BEGIN The data

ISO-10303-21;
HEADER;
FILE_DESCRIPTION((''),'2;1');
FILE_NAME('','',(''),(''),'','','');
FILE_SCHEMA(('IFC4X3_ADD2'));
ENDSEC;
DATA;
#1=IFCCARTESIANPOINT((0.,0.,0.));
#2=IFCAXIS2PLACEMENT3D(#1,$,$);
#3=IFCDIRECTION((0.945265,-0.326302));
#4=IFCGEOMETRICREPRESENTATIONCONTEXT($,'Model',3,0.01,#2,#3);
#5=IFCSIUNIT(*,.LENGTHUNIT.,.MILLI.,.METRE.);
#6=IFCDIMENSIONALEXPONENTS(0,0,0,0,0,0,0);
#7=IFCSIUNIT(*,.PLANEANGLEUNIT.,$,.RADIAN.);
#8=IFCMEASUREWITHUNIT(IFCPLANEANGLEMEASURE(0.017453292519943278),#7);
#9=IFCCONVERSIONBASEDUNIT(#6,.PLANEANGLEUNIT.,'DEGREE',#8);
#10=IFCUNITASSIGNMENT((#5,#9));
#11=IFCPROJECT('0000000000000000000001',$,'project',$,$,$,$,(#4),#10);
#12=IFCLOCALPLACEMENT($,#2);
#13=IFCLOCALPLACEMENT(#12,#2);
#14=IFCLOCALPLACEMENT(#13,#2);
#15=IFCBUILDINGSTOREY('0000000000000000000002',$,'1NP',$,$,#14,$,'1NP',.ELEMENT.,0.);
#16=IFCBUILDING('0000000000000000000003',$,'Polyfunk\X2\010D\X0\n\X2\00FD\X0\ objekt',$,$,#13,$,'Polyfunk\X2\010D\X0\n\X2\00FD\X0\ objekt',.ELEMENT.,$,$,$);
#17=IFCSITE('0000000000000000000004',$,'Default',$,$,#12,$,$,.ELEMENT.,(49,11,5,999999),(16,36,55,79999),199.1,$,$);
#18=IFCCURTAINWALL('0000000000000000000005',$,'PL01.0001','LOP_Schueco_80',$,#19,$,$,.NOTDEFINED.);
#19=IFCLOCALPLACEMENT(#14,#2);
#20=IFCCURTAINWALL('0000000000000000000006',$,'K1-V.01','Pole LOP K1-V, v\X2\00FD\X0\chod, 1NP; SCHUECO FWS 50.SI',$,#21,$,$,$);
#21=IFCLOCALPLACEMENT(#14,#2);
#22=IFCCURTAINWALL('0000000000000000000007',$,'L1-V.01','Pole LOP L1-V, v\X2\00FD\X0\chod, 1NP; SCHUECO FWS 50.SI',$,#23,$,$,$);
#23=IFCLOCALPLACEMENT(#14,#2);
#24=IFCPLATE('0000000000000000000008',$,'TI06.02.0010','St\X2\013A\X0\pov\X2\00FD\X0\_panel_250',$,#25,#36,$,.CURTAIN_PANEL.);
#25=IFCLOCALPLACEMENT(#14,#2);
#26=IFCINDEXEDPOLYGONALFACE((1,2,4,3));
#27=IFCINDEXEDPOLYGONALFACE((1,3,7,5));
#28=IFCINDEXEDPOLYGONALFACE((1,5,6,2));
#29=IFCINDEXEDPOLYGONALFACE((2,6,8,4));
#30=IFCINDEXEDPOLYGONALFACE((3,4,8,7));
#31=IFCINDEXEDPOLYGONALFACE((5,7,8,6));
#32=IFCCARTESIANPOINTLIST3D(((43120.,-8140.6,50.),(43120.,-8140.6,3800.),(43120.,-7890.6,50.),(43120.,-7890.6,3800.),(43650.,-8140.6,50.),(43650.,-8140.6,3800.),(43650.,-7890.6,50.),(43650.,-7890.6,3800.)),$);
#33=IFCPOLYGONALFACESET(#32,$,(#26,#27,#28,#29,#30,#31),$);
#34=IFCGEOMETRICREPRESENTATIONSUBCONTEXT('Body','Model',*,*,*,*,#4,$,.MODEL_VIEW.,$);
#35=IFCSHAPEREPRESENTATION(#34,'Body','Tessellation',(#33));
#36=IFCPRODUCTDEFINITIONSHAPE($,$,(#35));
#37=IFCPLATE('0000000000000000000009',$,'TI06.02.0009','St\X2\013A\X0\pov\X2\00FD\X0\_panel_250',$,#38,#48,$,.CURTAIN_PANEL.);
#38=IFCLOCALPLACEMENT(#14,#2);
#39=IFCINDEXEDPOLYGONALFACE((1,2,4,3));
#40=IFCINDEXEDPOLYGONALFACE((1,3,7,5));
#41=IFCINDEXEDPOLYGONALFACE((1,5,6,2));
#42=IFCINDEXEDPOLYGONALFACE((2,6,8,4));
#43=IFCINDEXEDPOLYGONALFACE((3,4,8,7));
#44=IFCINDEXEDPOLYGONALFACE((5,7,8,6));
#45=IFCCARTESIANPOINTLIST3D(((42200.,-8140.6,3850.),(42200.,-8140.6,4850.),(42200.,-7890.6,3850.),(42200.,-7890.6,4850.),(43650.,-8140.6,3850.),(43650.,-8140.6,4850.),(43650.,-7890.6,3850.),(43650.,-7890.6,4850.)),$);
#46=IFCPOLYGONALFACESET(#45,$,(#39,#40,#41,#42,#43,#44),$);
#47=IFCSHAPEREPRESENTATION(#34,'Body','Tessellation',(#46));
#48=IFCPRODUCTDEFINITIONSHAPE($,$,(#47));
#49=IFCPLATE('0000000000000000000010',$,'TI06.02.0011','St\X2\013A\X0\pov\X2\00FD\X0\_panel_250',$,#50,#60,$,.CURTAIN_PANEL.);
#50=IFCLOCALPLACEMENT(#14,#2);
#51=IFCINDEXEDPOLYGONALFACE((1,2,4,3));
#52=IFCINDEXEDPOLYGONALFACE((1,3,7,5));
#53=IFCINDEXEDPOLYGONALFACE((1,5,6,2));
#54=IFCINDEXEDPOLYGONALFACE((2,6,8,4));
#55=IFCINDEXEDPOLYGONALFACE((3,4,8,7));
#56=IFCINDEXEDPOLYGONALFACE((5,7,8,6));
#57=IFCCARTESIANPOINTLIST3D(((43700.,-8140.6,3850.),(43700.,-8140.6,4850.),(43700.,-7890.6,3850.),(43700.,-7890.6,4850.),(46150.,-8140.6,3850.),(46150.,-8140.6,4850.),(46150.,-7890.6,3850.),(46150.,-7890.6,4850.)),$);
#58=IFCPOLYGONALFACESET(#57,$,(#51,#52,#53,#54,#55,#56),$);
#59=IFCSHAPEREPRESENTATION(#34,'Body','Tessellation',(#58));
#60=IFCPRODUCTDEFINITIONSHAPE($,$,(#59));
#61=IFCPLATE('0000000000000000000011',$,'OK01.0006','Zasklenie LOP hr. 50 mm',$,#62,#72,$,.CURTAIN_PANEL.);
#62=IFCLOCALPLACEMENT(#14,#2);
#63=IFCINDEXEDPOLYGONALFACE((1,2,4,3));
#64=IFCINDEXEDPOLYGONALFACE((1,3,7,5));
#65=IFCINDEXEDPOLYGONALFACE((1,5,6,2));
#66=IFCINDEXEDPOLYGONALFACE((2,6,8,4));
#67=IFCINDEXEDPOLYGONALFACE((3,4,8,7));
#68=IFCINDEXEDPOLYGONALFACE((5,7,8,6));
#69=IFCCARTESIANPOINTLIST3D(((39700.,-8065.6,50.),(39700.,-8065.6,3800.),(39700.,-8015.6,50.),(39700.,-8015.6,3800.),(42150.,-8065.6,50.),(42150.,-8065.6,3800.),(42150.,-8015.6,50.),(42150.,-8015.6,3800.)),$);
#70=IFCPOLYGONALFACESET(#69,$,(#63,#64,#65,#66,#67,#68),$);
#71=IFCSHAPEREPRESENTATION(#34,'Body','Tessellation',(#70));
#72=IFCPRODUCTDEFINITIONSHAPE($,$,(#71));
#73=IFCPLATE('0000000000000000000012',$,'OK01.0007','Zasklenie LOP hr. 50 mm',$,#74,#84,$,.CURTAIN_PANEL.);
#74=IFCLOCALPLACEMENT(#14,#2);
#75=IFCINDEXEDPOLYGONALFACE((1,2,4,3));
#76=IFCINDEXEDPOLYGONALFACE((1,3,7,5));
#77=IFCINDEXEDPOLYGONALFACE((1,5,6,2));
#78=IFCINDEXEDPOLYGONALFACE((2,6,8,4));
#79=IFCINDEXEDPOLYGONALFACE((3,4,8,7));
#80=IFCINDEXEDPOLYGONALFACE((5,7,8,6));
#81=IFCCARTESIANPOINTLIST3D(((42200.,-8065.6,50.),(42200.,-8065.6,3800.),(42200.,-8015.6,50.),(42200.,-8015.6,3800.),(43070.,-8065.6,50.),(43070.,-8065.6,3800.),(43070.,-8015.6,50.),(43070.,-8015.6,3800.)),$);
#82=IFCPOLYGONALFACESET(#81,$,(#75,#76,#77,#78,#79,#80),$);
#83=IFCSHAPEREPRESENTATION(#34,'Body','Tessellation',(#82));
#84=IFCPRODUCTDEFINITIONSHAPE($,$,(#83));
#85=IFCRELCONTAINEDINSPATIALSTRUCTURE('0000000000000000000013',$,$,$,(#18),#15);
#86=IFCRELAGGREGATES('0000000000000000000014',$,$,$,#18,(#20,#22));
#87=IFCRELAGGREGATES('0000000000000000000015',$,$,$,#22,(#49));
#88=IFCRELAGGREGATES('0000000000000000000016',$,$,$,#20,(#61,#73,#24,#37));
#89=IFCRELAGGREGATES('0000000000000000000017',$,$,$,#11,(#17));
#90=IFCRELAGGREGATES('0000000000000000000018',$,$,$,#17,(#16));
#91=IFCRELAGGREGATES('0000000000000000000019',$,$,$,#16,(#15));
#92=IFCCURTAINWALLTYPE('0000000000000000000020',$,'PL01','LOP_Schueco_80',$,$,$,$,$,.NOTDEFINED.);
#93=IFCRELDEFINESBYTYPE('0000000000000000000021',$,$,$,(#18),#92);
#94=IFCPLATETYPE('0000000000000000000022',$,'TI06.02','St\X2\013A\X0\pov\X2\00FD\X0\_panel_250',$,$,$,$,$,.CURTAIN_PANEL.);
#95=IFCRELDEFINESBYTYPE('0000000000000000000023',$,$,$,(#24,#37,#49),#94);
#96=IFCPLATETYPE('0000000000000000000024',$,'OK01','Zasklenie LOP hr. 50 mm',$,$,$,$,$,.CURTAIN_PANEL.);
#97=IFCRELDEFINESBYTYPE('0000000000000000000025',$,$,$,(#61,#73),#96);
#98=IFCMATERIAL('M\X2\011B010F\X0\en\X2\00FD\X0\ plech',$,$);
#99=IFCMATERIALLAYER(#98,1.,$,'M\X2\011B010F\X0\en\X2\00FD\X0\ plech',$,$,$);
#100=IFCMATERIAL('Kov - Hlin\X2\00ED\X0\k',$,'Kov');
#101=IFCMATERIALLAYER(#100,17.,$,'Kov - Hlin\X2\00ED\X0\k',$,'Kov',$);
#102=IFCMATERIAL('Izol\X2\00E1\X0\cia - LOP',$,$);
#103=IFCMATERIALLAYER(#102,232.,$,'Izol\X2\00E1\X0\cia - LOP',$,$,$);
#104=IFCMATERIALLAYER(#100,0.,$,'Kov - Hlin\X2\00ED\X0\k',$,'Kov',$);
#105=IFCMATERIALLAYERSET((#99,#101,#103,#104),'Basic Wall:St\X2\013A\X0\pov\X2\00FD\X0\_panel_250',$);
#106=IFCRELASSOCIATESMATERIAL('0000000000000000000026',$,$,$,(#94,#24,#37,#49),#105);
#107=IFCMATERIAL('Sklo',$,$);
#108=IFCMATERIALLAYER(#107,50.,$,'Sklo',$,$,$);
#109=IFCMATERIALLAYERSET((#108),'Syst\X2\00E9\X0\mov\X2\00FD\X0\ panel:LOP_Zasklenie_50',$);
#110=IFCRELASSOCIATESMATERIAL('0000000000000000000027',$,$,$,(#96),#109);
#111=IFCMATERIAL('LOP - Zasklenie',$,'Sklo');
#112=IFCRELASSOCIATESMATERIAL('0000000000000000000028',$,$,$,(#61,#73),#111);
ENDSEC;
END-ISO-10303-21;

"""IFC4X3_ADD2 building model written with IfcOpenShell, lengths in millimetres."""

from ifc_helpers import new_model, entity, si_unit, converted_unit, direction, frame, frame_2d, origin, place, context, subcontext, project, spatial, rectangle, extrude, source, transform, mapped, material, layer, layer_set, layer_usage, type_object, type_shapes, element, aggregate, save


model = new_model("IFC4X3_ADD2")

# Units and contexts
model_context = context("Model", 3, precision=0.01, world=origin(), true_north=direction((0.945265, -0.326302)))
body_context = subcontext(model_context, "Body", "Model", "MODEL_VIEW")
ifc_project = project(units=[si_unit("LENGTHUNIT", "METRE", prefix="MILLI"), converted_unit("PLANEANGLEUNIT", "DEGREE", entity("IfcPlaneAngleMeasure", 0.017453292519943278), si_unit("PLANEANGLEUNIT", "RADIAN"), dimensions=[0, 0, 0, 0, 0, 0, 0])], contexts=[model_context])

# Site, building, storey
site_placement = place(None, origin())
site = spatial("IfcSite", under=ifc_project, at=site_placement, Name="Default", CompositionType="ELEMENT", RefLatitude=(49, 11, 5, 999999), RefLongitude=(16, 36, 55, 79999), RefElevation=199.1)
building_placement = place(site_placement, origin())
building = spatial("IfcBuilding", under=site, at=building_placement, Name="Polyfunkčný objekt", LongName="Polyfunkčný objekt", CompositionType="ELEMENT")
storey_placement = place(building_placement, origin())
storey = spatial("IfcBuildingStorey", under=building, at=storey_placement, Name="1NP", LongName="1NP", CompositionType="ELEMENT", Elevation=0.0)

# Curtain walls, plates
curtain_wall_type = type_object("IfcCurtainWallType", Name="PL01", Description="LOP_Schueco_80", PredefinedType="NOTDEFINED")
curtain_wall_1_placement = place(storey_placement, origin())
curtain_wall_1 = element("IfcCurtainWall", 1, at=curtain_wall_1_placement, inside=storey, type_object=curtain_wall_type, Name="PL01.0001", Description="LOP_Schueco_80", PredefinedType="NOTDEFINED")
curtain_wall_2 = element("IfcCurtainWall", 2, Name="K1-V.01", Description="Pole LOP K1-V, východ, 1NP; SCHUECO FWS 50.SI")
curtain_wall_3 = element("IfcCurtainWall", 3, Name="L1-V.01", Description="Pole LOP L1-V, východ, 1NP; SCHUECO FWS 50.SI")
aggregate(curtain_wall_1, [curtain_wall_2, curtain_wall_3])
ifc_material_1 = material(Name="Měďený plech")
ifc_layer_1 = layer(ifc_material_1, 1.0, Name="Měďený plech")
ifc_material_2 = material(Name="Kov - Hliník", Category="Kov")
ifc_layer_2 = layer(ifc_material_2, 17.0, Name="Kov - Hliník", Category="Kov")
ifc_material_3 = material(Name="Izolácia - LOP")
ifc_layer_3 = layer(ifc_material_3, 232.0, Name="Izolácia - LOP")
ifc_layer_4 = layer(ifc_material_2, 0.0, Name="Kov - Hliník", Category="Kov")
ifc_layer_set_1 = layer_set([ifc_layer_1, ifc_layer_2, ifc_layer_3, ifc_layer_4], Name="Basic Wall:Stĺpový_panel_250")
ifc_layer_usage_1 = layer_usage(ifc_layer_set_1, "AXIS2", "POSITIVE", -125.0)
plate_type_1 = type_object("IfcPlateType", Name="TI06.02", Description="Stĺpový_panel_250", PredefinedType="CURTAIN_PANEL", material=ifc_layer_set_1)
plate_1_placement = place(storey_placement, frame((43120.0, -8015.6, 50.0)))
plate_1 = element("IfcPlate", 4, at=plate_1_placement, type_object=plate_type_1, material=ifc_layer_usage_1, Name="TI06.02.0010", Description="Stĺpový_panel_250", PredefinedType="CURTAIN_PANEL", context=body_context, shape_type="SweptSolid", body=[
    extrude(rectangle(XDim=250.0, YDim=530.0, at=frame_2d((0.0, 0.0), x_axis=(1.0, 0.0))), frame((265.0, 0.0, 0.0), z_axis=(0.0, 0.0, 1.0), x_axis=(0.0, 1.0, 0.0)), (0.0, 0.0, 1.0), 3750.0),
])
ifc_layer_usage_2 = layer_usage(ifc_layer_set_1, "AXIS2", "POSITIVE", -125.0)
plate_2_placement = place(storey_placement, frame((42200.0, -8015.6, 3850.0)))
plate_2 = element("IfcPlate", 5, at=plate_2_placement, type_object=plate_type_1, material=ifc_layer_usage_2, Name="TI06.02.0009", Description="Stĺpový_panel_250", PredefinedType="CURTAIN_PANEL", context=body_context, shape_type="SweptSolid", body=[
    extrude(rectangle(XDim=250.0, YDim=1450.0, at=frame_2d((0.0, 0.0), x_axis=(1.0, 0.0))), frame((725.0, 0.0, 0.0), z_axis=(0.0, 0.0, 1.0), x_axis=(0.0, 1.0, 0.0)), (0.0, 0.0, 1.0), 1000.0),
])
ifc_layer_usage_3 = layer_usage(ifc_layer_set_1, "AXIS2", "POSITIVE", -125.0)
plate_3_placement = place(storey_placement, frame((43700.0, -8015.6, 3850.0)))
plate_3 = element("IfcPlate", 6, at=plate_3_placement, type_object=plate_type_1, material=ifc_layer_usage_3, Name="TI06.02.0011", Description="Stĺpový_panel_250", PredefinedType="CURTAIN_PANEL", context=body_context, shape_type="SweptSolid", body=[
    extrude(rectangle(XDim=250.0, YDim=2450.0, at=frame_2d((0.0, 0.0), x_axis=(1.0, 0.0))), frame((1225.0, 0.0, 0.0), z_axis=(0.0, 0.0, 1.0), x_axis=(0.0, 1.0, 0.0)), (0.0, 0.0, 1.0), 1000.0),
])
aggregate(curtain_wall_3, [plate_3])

END The data
BEGIN The data

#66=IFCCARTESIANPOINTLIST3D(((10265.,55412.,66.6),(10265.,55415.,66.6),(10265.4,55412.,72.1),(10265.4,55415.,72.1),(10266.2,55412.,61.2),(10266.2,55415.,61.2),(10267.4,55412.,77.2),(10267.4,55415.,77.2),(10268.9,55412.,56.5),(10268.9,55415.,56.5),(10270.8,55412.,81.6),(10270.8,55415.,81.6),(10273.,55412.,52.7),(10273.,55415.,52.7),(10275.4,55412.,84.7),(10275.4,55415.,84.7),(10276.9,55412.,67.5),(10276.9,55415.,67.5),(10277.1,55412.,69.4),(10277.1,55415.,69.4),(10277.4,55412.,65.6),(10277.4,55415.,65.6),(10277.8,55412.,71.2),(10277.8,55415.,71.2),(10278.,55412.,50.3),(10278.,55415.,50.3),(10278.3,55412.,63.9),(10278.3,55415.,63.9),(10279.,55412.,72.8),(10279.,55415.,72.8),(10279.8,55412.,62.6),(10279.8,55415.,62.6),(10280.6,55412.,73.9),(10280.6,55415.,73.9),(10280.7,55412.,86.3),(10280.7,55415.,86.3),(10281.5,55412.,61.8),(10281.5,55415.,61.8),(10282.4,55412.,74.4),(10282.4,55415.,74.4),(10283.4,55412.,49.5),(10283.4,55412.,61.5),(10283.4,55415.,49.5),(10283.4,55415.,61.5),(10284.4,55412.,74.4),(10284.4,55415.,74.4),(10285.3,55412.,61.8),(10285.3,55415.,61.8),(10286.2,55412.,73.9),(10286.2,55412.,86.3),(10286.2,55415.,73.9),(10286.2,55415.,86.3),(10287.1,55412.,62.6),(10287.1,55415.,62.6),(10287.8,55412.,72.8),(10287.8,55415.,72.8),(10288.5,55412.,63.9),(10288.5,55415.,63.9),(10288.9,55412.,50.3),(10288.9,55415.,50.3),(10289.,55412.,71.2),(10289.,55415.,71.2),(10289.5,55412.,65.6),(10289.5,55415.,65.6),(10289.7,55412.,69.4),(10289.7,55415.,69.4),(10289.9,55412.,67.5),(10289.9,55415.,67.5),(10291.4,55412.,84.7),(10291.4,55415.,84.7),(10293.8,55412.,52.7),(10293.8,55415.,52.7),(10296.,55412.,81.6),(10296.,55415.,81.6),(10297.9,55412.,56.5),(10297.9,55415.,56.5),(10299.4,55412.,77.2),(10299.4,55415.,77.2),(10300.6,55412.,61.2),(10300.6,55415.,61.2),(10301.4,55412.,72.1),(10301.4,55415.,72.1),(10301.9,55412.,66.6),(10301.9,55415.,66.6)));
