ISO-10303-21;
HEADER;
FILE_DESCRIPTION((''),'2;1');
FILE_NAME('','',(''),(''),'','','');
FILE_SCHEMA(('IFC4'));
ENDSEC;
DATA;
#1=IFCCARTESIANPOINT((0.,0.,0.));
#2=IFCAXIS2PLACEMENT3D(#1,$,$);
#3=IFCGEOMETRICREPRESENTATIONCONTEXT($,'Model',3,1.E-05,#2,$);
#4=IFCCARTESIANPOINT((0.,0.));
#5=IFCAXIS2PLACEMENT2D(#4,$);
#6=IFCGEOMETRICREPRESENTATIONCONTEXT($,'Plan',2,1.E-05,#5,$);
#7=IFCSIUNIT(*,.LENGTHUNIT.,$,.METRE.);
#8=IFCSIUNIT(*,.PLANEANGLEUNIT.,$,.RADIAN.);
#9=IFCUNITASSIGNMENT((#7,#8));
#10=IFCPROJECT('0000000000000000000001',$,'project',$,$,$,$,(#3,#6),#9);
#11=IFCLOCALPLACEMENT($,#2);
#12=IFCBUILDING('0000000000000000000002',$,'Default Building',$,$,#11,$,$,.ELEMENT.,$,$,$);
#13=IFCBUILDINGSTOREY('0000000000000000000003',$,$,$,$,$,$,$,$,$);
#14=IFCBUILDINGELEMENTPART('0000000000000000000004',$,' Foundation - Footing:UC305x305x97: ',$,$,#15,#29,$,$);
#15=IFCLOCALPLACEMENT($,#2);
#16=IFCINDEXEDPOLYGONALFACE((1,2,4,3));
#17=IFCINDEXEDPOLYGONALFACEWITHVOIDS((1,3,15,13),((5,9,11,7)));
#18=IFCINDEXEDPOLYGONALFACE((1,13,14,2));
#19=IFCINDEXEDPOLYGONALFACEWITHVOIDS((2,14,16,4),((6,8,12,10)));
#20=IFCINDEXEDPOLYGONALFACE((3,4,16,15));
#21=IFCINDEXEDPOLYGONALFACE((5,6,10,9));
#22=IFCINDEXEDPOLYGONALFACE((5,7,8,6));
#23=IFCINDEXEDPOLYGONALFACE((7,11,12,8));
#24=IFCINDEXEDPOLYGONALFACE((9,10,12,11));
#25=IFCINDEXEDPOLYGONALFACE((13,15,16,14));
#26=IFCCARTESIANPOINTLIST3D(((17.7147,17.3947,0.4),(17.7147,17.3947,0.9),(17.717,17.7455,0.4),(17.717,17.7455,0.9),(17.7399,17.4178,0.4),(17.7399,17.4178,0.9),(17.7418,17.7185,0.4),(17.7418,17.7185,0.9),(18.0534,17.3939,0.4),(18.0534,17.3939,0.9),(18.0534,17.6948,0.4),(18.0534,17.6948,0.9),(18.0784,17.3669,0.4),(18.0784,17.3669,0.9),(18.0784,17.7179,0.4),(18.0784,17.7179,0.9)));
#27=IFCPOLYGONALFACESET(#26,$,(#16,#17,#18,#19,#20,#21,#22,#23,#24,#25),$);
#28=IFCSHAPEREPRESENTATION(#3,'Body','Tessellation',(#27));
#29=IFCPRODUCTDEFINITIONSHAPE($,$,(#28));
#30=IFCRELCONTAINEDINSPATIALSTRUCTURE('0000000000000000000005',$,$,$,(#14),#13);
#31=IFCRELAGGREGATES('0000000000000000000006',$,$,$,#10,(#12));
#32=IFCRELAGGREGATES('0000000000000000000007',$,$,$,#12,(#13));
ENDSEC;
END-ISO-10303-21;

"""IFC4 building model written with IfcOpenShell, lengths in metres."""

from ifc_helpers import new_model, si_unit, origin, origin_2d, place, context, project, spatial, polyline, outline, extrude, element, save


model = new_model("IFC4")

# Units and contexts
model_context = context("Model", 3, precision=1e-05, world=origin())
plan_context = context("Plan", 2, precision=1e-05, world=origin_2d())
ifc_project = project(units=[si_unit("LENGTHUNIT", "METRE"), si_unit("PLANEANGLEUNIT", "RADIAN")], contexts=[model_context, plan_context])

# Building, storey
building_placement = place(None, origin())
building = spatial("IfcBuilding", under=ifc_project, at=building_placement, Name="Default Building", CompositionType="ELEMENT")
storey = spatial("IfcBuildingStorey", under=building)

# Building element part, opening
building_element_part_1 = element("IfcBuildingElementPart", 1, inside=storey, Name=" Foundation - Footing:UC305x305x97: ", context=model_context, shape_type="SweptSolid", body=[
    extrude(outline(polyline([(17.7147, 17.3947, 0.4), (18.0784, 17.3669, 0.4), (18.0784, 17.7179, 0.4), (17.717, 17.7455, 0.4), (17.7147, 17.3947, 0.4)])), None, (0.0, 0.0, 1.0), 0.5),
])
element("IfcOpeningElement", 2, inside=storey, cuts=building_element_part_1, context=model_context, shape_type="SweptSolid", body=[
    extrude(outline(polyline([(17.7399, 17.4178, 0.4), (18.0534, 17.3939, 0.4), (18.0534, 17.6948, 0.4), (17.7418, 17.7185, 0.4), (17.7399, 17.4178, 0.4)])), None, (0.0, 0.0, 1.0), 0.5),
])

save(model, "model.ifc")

END The data

Task prompt »
As listed above, the lines from the line with "#58=IFCPOLYGONALFACESET(#57,$,(#51,#52,#53,#54,#55,#56),$);" to the line with "#74=IFCLOCALPLACEMENT(#14,#2);" are to be echoed exactly, with both ends included and nothing added.

Solution to this exercise »
#58=IFCPOLYGONALFACESET(#57,$,(#51,#52,#53,#54,#55,#56),$);
#59=IFCSHAPEREPRESENTATION(#34,'Body','Tessellation',(#58));
#60=IFCPRODUCTDEFINITIONSHAPE($,$,(#59));
#61=IFCPLATE('0000000000000000000011',$,'OK01.0006','Zasklenie LOP hr. 50 mm',$,#62,#72,$,.CURTAIN_PANEL.);
#62=IFCLOCALPLACEMENT(#14,#2);
#63=IFCINDEXEDPOLYGONALFACE((1,2,4,3));
#64=IFCINDEXEDPOLYGONALFACE((1,3,7,5));
#65=IFCINDEXEDPOLYGONALFACE((1,5,6,2));
#66=IFCINDEXEDPOLYGONALFACE((2,6,8,4));
#67=IFCINDEXEDPOLYGONALFACE((3,4,8,7));
#68=IFCINDEXEDPOLYGONALFACE((5,7,8,6));
#69=IFCCARTESIANPOINTLIST3D(((39700.,-8065.6,50.),(39700.,-8065.6,3800.),(39700.,-8015.6,50.),(39700.,-8015.6,3800.),(42150.,-8065.6,50.),(42150.,-8065.6,3800.),(42150.,-8015.6,50.),(42150.,-8015.6,3800.)),$);
#70=IFCPOLYGONALFACESET(#69,$,(#63,#64,#65,#66,#67,#68),$);
#71=IFCSHAPEREPRESENTATION(#34,'Body','Tessellation',(#70));
#72=IFCPRODUCTDEFINITIONSHAPE($,$,(#71));
#73=IFCPLATE('0000000000000000000012',$,'OK01.0007','Zasklenie LOP hr. 50 mm',$,#74,#84,$,.CURTAIN_PANEL.);
#74=IFCLOCALPLACEMENT(#14,#2);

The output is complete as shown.